Dividen BUMN naik, emiten masih aman



KONTAN.CO.ID - Pemerintah ingin setoran dividen perusahaan BUMN pada tahun depan meningkat. Pemerintah memutuskan hal ini usai Badan Anggaran DPR meminta BUMN menaikkan target dividen 2018 jadi Rp 45 triliun.

Namun, BUMN hanya menyanggupi setoran dividen BUMN 2018 sebesar Rp 44,7 triliun. Jumlah ini bertambah Rp 3,7 triliun dibandingkan target dividen BUMN 2017 senilai Rp 41 triliun.

Tentu saja, emiten BUMN juga bakal harus meningkatkan setoran dividen. Meski setoran naik, emiten tak lantas menggenjot rasio pembayaran dividen.

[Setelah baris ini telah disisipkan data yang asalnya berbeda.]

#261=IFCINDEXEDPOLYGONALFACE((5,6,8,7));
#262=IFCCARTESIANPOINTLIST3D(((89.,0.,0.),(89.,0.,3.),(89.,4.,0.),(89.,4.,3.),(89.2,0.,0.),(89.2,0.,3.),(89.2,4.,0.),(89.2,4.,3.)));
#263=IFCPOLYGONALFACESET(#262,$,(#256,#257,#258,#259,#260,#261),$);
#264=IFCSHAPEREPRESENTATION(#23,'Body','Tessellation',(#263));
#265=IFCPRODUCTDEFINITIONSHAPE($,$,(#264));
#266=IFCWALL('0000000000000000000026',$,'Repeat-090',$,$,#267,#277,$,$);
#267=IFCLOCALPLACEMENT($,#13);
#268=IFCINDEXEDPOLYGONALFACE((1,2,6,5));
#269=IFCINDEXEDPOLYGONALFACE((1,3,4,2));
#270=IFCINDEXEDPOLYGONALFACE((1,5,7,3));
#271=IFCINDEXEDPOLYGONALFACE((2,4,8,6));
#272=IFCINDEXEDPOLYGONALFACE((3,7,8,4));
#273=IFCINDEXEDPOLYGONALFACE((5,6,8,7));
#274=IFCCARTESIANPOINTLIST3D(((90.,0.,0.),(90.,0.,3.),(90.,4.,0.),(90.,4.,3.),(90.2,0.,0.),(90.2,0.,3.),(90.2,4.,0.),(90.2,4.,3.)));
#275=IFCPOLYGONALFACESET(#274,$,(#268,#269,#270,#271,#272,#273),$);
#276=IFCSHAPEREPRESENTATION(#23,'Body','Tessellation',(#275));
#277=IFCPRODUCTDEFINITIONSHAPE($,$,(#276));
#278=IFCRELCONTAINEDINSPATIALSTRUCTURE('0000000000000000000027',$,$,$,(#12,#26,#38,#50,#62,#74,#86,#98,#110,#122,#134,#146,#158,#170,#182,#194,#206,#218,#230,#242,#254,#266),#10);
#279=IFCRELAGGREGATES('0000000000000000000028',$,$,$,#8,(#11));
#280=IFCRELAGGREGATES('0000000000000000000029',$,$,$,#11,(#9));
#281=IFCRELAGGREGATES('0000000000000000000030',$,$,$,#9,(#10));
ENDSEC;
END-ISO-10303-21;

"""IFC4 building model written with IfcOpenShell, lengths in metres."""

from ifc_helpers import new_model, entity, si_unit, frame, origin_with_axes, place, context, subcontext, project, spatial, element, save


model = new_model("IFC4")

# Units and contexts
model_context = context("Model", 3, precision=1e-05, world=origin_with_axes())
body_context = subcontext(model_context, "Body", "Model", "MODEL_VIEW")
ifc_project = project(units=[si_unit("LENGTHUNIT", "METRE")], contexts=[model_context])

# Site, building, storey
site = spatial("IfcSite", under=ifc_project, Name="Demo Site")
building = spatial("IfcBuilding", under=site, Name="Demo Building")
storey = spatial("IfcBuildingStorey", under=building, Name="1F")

PT PP Tbk (PTPP) misalnya, tetap mematok payout ratio dividen tahun ini 30%. "Saya belum mendengar soal target dividen naik. Rapat kemarin kami masih 30%," kata Nugroho Agung Sanyoto, Sekretaris Perusahaan PTPP pada KONTAN, Rabu (20/9).

Nugroho menyatakan, dengan dividen payout ratio sebesar itu, PTPP masih bisa melakukan ekspansi. "Masih aman," imbuh dia.

Nugroho menambahkan, payout ratio dividen PTPP pada tahun buku 2016 juga sebesar 30%, lebih tinggi ketimbang di 2014 dan 2015 yang sebesar 20%. Di 2016, emiten BUMN karya rata-rata memang mematok payout ratio dividen sebesar 30%.

Selain emiten karya, emiten tambang seperti PT Timah Tbk (TINS) juga tidak ketinggalan. TINS menyetor payout ratio dividen sebesar 30%. Nilai itu setara Rp 75,55 miliar. Porsi 30% tersebut masih sama dengan tahun-tahun sebelumnya.

Kurangi dividen

Dari emiten BUMN telekomunikasi, PT Telekomunikasi Indonesia Tbk (TLKM) mencatatkan rasio pembayaran dividen yang cukup besar. Tahun 2016, TLKM mengalokasikan 70% laba bersih sebagai dividen. Nilai tersebut setara Rp 13,55 triliun.

Pendapatan negara dalam bentuk dividen ini pun tercatat terbesar dalam tiga tahun terakhir. "Besaran dividen diputuskan dalam RUPST. Telkom akan melaksanakan apa yang menjadi setiap keputusan RUPS tersebut," terang Arif Prabowo, Vice President Corporate Communication TLKM, Rabu (20/9).

Dividen yang dibagikan TLKM sangat besar dibanding kontribusi perusahaan BUMN lain. Meski payout ratio dividen tinggi, Arif mengaku dana ekspansi TLKM masih mencukupi. Apalagi tahun ini TLKM menjaring dana lewat pinjaman bank. "Untuk ekspansi masih aman," lanjut dia.

Direktur Investa Saran Mandiri Hans Kwee menyatakan, besaran dividen memang didasari keputusan RUPS. Dimana pemegang saham mayoritas akan menentukan keputusan RUPS. Namun, menurut dia, dividen tersebut merupakan residual value atau uang sisa setelah dikurangi belanja modal dan dana ekspansi. "Mungkin sebagian bisa jadi beban karena kalau dana ekspansi tak cukup, emiten akan mengambil lewat pinjaman perbankan," kata Hans.

Dia menyoroti kinerja emiten karya, di mana beberapa emiten masih membutuhkan dana besar. Untuk itu, pembagian dividen emiten bisa mengurangi porsi pendanaan untuk ekspansi.

Analis OSO Sekuritas Riska Afriani menilai, laba bersih perusahaan pelat merah sebaiknya untuk ekspansi. Pasalnya, pemegang saham kelak bisa menikmati hasil ekspansi di masa mendatang. "Perusahaan yang sudah mature dan minim ekspansi, baru bisa dimaksimalkan pendapatan dividennya," ujar Riska.

Dia melihat, emiten seperti TLKM memiliki kekuatan. Sehingga emiten tersebut bisa menghasilkan laba besar.

Namun, bila ada perusahaan BUMN masih rugi atau untung kecil, sebaiknya dialihkan untuk perbaikan, misalnya merestrukturisasi utang. "Berat rasanya bila dalam tahap pertumbuhan, ada kewajiban mereka untuk bayar dividen," imbuh Riska.